Advances in RAB Research
Vol 1 No 1 (2018): Advances in Regulatory Autoantibody Research
Signaling and GPCR biology using cell models
Main Article Content
Copyright (c) 2018 Philippe Aurélie
This work is licensed under a Creative Commons Attribution 4.0 International License.
A wide range of untreatable or difficult to treat disease entities are caused by activating immunoglobulins G (IgG) directed against G-protein coupled receptors (GPCR). Hence, molecular architecture of the binding of these antibodies to the receptors and the functional consequences of changes in specific structural modules are of immense clinical relevance. Our laboratory has focused over the years on the Angiotensin II type 1 receptor (AT1R) and Endothelin-1 type A receptor (ETAR), which signal upon natural ligand Angiotensin II (Ang II) or Endothelin-1 (ET-1)-mediated and AT1R- or ETAR-agonistic IgG (AT1R-/ETAR-IgG)-mediated stimulation. Development of high-resolution methods allows for structural-functional relationship studies of specific receptor modules, including the extracellular domains, in the receptor activation.
To distinguish natural peptide and IgG-mediated activation, we first developed a yeast model where human GPCR activation controls yeasts growth. These yeasts have been modified to express one single human GPCR that couples to a chimera between human and yeast G-protein. Each yeast strain is specific of a different G-protein.

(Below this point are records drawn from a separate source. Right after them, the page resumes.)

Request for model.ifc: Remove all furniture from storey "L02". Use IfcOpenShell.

First a look at what the model holds.

```python
import ifcopenshell
import ifcopenshell.util.element

model = ifcopenshell.open("model.ifc")
print(model.schema)
storey = next(s for s in model.by_type("IfcBuildingStorey") if s.Name == "L02")
furniture = [e for e in ifcopenshell.util.element.get_decomposition(storey) if e.is_a("IfcFurnishingElement")]
seen = {}
for e in furniture:
    element_type = ifcopenshell.util.element.get_type(e)
    name = element_type.Name if element_type not in (None, e) else None
    seen[name] = seen.get(name, 0) + 1
for name, count in sorted(seen.items(), key=str):
    print(count, "x", name)
```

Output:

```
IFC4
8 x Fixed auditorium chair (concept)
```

```python
import ifcopenshell
import ifcopenshell.api.root
import ifcopenshell.util.element

model = ifcopenshell.open("model.ifc")

storey = next(s for s in model.by_type("IfcBuildingStorey") if s.Name == "L02")
furniture = [e for e in ifcopenshell.util.element.get_decomposition(storey) if e.is_a("IfcFurnishingElement")]

for e in furniture:
    ifcopenshell.api.root.remove_product(model, product=e)
print(len(furniture), "removed")

model.write("model_rev.ifc")
```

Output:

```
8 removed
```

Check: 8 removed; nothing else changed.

Point mutations can be introduced by site-directed mutagenesis in order to determine the influence of amino acids sequences on the receptor activation. To investigate further the link between conformation and activation of the receptor in a more complicated environment, we performed luciferase reporter assays in Human Microvascular Endothelial Cells (HMEC-1) after transfecting the cells with wild type or mutated receptors and the appropriate reporter plasmids. Comparison between wild-type and mutants, non-stimulated and stimulated cells allowed us to better characterize the influence of the conformation changes on activation of the receptors.
We successfully created models allowing for structural and functional studies of molecular architecture modules appreciating GPCR receptor plasticity, which helped us to define the role of specific extracellular domains. Better understanding of the molecular mechanisms responsible for GPCR activation holds great potential for design of more specific drugs in autoantibody-mediated diseases.